| WORK TO COMPLETE |
Please write out exactly the lines of the data below from the line holding "(steel) \X2\7ACB5E73847A304D\X0\ t0.4" through the line holding "#15=IFCCARTESIANPOINT((6720.,5987.,5800.));", and leave out the rest.

*** Begin section ***

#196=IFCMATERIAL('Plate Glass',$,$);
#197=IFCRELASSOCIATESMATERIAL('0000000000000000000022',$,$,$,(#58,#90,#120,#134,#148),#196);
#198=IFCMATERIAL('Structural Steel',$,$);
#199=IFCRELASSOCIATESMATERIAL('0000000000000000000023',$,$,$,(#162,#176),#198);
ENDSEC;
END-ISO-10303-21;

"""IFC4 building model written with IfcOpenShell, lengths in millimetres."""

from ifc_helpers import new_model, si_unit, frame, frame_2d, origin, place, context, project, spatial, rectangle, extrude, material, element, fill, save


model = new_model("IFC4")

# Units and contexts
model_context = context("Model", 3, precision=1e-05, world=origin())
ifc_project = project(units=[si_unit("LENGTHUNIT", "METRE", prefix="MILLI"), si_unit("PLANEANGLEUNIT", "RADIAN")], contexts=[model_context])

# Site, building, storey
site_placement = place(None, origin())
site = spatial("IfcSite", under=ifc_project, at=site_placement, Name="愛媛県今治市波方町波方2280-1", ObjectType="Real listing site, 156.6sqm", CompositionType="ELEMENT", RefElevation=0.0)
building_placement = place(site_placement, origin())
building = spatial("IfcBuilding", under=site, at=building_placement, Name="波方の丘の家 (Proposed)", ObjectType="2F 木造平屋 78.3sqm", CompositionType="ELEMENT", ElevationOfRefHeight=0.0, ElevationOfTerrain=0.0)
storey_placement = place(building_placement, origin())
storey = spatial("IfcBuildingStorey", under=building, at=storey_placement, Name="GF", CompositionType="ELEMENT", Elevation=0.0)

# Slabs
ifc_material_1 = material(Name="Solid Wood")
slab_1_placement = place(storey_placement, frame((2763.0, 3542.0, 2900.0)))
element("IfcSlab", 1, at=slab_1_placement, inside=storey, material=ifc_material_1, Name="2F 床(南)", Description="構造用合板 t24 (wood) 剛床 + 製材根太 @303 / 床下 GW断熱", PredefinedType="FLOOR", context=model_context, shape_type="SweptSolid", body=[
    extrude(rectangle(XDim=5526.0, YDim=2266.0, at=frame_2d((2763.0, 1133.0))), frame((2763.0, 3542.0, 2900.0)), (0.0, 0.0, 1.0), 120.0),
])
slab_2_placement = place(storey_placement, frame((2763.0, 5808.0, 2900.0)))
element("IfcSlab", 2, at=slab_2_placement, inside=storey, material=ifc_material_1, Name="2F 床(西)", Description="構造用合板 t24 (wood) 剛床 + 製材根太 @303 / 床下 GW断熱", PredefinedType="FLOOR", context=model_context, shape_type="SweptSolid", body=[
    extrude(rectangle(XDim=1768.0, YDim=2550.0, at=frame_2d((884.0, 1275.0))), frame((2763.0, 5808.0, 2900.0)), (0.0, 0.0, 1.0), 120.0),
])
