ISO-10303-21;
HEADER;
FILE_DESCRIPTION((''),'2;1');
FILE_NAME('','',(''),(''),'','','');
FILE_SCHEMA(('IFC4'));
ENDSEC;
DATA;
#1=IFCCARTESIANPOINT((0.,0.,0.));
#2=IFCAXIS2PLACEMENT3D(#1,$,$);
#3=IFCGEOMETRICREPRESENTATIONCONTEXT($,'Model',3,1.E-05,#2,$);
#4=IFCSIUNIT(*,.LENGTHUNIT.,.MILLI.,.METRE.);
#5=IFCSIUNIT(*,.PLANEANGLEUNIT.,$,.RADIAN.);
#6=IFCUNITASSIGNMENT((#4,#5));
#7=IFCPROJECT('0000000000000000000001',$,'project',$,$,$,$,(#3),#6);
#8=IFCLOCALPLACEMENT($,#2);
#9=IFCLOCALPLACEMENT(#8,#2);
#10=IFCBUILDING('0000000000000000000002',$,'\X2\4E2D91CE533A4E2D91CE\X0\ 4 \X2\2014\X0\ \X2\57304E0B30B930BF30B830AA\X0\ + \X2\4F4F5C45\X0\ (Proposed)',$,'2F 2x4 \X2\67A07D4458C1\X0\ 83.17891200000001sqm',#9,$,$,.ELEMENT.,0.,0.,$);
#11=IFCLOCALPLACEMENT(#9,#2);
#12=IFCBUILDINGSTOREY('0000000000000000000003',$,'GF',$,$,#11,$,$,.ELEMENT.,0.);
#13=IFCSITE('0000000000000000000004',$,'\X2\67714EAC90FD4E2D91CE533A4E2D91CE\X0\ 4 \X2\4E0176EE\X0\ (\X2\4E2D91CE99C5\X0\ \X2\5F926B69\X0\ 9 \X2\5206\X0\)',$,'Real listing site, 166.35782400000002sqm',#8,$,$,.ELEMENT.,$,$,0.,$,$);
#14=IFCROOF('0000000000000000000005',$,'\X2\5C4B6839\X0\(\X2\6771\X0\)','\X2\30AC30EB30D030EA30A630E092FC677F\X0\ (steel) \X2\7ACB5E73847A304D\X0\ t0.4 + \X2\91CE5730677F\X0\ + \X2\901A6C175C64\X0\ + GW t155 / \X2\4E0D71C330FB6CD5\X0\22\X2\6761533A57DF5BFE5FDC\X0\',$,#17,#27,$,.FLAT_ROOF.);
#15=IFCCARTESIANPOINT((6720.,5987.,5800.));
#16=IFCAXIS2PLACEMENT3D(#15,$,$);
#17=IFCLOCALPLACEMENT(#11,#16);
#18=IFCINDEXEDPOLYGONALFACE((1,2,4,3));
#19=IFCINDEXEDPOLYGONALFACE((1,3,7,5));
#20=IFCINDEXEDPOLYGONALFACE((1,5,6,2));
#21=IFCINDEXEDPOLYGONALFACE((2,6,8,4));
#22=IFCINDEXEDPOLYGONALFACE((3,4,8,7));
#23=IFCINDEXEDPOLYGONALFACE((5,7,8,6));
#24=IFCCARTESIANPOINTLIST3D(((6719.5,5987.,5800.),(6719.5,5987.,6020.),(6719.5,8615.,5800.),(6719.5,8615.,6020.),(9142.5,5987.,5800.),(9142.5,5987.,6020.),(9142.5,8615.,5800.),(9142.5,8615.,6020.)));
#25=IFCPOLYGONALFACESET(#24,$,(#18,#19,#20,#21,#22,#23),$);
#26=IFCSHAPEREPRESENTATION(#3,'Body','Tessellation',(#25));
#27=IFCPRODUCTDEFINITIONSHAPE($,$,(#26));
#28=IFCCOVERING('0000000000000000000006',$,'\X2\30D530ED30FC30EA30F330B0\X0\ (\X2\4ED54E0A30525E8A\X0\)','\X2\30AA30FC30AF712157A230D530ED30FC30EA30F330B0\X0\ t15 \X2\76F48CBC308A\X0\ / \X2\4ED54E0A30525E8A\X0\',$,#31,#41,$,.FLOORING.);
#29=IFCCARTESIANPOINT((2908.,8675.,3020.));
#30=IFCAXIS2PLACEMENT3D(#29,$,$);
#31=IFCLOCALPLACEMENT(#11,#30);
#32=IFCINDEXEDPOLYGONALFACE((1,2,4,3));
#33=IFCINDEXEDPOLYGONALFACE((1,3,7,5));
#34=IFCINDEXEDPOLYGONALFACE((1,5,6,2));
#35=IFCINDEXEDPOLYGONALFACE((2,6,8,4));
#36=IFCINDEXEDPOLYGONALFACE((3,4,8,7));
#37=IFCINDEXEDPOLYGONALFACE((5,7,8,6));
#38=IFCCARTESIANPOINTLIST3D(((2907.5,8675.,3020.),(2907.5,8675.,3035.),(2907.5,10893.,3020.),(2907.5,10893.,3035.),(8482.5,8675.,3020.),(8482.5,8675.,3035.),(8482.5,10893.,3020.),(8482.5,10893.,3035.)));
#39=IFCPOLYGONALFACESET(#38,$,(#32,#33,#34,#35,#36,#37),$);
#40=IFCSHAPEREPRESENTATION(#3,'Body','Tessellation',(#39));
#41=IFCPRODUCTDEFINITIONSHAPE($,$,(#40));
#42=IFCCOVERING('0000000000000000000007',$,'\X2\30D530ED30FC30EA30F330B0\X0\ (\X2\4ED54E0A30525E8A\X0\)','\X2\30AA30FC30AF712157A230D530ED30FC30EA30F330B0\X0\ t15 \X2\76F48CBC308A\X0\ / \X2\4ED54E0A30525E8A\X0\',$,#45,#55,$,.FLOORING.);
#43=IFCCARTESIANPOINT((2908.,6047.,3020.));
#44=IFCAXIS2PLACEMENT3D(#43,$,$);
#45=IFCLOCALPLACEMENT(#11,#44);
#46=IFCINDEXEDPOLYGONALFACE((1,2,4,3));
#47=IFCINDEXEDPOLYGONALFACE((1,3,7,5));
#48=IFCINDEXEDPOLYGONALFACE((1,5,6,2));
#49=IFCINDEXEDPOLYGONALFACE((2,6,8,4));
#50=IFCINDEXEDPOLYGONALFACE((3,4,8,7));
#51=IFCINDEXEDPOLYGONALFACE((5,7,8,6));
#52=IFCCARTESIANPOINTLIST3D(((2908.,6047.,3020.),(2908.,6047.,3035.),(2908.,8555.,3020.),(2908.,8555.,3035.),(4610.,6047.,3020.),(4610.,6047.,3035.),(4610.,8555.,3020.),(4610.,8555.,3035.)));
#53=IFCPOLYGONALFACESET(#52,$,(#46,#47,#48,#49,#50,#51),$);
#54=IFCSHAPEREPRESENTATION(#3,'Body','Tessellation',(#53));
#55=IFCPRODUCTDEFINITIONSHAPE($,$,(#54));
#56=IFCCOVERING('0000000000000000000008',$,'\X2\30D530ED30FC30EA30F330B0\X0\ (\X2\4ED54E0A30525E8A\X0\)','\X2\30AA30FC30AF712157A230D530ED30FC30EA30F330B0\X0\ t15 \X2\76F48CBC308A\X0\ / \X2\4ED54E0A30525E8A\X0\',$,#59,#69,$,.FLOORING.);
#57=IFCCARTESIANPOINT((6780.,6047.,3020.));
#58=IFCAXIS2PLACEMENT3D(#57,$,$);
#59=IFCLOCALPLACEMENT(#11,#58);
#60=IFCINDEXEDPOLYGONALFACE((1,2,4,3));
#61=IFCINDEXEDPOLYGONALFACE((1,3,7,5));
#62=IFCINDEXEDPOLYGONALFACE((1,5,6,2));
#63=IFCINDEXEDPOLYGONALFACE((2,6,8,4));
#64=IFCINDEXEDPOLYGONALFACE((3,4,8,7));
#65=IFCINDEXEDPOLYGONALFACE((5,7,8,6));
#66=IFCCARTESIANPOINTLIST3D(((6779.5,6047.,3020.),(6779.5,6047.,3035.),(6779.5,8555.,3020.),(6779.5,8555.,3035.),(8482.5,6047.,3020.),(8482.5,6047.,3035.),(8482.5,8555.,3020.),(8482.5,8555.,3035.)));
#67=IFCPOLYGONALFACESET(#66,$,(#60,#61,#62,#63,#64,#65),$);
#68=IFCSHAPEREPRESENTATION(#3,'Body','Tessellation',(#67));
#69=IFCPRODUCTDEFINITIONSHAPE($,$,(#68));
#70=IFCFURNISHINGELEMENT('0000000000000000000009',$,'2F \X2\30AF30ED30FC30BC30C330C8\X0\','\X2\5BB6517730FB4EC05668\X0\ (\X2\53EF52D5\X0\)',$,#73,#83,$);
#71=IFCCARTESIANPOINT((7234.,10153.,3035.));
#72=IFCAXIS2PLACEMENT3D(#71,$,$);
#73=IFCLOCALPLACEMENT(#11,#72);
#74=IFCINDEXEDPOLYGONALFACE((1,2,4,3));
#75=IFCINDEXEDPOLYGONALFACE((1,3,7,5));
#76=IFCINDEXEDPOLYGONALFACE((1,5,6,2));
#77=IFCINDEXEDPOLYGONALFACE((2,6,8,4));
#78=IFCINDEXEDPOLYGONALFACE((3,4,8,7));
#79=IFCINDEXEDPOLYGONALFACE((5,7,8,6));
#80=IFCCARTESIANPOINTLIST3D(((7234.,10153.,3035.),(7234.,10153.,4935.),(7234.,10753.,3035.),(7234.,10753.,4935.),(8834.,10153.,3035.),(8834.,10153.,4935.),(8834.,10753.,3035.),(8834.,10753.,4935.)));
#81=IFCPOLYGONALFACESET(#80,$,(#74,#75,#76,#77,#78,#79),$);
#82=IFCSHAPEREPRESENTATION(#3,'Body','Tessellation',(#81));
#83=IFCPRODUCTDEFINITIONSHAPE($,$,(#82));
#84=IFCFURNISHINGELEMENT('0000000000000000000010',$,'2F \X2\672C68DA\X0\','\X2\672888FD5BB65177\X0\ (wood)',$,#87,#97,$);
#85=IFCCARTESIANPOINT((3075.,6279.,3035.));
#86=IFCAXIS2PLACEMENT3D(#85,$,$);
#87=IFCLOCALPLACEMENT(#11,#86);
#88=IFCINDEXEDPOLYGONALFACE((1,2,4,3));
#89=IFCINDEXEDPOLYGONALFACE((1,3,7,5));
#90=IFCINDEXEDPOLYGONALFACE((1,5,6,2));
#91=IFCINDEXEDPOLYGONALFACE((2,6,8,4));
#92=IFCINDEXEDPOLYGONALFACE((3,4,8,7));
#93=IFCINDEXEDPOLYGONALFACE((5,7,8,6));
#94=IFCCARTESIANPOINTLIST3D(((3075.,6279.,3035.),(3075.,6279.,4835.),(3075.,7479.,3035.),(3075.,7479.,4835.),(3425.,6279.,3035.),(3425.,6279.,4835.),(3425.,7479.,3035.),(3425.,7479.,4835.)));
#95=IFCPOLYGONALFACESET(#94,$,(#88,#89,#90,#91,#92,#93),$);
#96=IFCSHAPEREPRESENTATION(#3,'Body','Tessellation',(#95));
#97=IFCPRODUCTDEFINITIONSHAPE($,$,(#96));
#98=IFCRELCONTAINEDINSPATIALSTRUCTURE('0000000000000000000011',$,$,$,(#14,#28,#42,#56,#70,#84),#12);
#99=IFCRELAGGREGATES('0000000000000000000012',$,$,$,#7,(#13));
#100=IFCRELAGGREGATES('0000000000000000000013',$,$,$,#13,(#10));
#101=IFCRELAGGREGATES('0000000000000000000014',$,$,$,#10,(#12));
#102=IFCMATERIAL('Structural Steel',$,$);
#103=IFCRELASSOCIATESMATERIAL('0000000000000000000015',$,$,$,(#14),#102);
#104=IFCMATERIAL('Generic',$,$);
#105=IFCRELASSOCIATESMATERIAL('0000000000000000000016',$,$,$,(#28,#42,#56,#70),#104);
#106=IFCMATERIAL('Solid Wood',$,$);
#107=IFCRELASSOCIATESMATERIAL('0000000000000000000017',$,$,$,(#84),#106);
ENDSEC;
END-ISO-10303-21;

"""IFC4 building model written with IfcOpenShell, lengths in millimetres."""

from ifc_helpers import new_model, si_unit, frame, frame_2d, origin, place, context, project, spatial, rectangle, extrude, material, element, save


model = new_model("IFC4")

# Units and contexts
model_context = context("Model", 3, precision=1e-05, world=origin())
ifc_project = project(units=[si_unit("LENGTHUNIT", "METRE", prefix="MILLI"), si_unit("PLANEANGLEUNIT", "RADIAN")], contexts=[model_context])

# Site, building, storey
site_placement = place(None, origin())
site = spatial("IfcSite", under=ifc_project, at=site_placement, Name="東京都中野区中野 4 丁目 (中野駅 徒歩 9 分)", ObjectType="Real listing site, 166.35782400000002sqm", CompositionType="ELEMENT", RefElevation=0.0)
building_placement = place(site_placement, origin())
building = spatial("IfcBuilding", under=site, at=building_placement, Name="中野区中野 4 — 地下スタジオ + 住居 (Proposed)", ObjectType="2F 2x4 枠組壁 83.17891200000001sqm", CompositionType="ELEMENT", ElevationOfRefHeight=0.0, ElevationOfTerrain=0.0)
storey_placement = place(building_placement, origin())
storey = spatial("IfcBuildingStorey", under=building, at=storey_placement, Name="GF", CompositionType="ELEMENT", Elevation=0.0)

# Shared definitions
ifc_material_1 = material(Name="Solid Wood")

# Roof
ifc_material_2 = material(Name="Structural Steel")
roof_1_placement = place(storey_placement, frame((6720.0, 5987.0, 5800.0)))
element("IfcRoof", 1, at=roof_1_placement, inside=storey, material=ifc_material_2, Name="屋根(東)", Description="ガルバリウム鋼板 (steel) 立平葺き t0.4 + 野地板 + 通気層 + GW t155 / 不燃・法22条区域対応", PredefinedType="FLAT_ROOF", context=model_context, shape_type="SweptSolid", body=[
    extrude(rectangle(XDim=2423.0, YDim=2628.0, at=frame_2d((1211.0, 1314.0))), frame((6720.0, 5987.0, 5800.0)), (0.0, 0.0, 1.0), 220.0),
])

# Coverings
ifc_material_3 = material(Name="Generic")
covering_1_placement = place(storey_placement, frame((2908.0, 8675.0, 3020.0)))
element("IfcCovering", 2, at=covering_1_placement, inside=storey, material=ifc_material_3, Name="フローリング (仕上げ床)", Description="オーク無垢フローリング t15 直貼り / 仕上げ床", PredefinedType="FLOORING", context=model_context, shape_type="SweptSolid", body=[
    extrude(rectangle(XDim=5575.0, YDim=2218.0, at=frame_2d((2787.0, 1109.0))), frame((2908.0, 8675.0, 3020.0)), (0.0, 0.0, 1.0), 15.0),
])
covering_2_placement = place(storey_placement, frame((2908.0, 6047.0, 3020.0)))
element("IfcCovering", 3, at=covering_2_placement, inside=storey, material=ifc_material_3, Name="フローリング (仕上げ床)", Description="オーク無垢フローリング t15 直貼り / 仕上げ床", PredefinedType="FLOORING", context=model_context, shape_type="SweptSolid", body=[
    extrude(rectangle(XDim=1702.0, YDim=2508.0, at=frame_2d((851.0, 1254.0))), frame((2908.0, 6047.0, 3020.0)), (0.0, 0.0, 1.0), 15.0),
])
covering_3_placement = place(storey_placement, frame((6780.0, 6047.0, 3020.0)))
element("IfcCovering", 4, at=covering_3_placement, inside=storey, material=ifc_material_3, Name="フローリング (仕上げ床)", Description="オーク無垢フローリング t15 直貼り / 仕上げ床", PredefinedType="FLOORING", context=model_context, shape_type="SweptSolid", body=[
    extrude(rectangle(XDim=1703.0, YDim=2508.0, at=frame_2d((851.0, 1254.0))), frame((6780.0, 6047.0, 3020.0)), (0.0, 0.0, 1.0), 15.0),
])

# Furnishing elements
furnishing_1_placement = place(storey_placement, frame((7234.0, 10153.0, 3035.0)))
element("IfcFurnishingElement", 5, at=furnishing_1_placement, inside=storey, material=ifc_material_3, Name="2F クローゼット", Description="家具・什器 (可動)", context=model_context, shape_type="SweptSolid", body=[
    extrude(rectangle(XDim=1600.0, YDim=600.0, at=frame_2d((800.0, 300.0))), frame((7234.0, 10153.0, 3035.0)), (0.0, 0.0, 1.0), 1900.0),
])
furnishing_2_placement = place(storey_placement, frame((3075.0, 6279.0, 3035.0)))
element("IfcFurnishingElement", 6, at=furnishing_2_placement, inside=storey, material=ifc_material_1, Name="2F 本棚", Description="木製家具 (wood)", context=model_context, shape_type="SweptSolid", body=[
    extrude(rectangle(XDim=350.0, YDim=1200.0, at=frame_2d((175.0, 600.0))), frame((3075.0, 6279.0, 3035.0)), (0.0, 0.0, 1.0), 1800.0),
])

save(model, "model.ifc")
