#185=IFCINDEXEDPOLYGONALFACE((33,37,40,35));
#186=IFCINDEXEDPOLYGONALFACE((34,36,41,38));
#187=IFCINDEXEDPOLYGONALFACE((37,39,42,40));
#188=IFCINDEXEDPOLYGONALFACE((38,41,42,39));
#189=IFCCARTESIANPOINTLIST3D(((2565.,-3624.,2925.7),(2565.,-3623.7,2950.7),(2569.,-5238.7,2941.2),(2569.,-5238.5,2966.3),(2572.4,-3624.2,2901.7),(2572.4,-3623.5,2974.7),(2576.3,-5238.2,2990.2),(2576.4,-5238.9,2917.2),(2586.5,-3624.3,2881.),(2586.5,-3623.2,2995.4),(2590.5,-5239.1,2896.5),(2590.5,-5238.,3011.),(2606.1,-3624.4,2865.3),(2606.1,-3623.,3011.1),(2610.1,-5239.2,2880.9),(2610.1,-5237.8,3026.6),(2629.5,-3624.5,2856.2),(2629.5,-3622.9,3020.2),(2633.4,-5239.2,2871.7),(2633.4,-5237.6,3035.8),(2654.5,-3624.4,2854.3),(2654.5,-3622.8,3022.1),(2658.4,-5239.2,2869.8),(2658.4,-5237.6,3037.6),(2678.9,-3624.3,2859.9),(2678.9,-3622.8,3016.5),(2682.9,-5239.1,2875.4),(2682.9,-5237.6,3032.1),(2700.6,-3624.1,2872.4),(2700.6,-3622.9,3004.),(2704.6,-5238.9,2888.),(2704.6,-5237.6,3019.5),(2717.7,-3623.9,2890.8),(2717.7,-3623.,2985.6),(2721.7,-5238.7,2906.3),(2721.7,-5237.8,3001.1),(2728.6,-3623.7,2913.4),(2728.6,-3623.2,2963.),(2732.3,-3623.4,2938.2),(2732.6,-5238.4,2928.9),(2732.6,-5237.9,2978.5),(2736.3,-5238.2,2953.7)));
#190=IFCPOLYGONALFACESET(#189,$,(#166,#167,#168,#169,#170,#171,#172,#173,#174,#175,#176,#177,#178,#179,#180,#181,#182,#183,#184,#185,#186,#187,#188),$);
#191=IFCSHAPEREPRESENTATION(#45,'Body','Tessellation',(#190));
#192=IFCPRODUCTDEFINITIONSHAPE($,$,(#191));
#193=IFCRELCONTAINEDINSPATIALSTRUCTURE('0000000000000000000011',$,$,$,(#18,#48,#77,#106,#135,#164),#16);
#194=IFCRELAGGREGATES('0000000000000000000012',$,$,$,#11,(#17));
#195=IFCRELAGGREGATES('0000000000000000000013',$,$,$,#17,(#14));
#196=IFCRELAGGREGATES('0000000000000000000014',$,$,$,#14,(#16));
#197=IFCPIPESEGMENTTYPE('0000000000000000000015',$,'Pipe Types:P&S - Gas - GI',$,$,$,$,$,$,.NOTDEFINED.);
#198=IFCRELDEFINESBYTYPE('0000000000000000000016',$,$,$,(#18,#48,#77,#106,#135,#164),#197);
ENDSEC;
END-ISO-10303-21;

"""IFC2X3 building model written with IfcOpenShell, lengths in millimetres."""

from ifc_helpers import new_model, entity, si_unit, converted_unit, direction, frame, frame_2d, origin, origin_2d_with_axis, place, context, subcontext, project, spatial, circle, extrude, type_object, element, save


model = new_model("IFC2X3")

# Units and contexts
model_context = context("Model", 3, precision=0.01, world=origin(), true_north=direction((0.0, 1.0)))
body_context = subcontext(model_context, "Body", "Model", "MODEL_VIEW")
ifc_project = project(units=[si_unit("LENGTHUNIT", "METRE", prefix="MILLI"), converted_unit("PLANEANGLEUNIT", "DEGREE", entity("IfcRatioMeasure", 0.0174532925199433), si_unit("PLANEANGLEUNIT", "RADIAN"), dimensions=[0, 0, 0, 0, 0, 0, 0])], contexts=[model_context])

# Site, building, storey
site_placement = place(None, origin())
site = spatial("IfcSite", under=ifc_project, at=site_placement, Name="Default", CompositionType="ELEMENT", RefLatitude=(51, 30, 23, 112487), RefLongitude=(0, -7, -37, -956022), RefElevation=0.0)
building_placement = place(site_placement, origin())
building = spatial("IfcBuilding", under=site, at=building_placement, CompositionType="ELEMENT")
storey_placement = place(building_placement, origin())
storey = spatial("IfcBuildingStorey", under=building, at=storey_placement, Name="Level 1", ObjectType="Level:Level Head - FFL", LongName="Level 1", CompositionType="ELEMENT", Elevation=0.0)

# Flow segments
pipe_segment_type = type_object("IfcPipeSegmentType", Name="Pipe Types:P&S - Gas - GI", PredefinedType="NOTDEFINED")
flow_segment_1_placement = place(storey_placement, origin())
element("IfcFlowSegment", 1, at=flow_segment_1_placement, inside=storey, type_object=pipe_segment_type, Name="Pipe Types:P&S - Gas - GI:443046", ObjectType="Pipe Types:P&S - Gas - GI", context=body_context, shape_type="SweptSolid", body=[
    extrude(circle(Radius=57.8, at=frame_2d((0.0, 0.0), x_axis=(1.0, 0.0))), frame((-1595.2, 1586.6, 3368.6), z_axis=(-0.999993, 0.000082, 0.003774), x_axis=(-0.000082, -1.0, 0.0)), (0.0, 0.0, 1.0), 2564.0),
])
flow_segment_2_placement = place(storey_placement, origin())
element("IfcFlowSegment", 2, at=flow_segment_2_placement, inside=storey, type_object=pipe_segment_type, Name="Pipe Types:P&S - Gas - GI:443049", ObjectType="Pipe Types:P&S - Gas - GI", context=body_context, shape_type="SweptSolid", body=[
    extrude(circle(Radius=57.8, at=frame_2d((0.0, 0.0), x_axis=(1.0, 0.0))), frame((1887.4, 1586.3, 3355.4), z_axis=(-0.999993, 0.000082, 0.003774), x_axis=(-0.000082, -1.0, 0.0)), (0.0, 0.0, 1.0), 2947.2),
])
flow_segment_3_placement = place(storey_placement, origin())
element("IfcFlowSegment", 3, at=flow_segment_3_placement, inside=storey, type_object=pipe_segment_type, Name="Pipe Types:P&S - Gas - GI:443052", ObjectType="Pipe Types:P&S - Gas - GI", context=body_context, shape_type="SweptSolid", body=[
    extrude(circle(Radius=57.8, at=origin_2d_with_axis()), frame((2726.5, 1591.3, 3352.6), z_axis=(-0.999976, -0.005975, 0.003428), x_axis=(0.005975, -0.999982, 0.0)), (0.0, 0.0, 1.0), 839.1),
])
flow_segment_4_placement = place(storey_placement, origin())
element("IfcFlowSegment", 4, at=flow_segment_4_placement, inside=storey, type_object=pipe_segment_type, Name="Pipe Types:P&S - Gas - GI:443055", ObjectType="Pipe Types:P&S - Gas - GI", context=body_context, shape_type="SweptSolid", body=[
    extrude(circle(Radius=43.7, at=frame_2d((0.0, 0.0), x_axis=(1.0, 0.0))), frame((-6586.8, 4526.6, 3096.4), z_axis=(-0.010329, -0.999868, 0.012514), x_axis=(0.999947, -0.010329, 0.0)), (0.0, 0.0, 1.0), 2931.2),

*** End section ***

| SOLUTION FOR THIS PROBLEM |
#14=IFCROOF('0000000000000000000005',$,'\X2\5C4B6839\X0\(\X2\6771\X0\)','\X2\30AC30EB30D030EA30A630E092FC677F\X0\ (steel) \X2\7ACB5E73847A304D\X0\ t0.4 + \X2\91CE5730677F\X0\ + \X2\901A6C175C64\X0\ + GW t155 / \X2\4E0D71C330FB6CD5\X0\22\X2\6761533A57DF5BFE5FDC\X0\',$,#17,#27,$,.FLAT_ROOF.);
#15=IFCCARTESIANPOINT((6720.,5987.,5800.));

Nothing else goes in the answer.